Researchers at MWR Labs have successfully demonstrated hacks on the Samsung Galaxy S5 and the Amazon Fire Phone, a spokesperson for the company told MyBroadband.
The team who tackled the Galaxy S5 were Rob Miller and John Butler from MWR’s offices in the UK, while a team from South Africa consisting of Bernard Wagner and Kyle Riley attacked the Fire Phone.
Both teams demonstrated their attacks at the third annual Mobile Pwn2Own competition on Wednesday, 12 November 2014, which was held at the the Applied Security Conference (PacSec) in Tokyo, Japan.
MWR Labs said that some of the best researchers in the field of mobile security and exploitation went head-to-head for a total prize pool of $425,000.
“The MWR Labs teams competed in the Mobile Application/OS category,” MWR said. “In order for one of the teams to win they will need to be the first to successfully demonstrate remote code execution on their targeted devices.”
To prove that they are able to execute arbitrary code remotely, MWR said that typical criteria have usually included retrieving files from exploited devices — such as SMS messages and photos — without any user interaction.

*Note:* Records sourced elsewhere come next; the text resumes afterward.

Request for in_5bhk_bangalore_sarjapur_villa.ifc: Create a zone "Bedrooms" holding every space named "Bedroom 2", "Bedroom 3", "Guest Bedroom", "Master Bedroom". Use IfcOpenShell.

First a look at what the model holds.

```python
import ifcopenshell

model = ifcopenshell.open("in_5bhk_bangalore_sarjapur_villa.ifc")
print(model.schema)
seen = {}
for space in model.by_type("IfcSpace"):
    seen[space.LongName] = seen.get(space.LongName, 0) + 1
for name, count in sorted(seen.items(), key=str):
    print(count, "x", name)
print("zones:", [z.Name for z in model.by_type("IfcZone")][:20])
```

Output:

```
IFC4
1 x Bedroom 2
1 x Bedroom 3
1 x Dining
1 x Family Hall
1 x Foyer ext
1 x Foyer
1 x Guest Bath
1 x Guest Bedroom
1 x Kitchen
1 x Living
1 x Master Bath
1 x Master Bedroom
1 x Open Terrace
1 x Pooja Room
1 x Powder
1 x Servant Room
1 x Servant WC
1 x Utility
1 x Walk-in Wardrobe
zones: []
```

```python
import ifcopenshell
import ifcopenshell.api.group
import ifcopenshell.api.root

model = ifcopenshell.open("in_5bhk_bangalore_sarjapur_villa.ifc")

names = {"Bedroom 2", "Bedroom 3", "Guest Bedroom", "Master Bedroom"}
spaces = [s for s in model.by_type("IfcSpace") if s.LongName in names]

zone = ifcopenshell.api.root.create_entity(model, ifc_class="IfcZone", name="Bedrooms")
ifcopenshell.api.group.assign_group(model, products=spaces, group=zone)
print(len(spaces), "spaces in", zone.Name)

model.write("in_5bhk_bangalore_sarjapur_villa_rev.ifc")
```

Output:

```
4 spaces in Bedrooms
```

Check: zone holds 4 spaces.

Asked how the teams managed to get remote code execution privileges on the Galaxy S5 and Fire Phone, MWR said they were not allowed to disclose that information.
Only broad information about the attacks is available, such as that MWR’s Galaxy S5 hack targeted near field communications, while the Fire Phone attack targeted the mobile operating system itself.
According to MWR Labs its South African team was able to install its security audit and attack framework for Android, called “drozer”, with full permissions on the Fire Phone.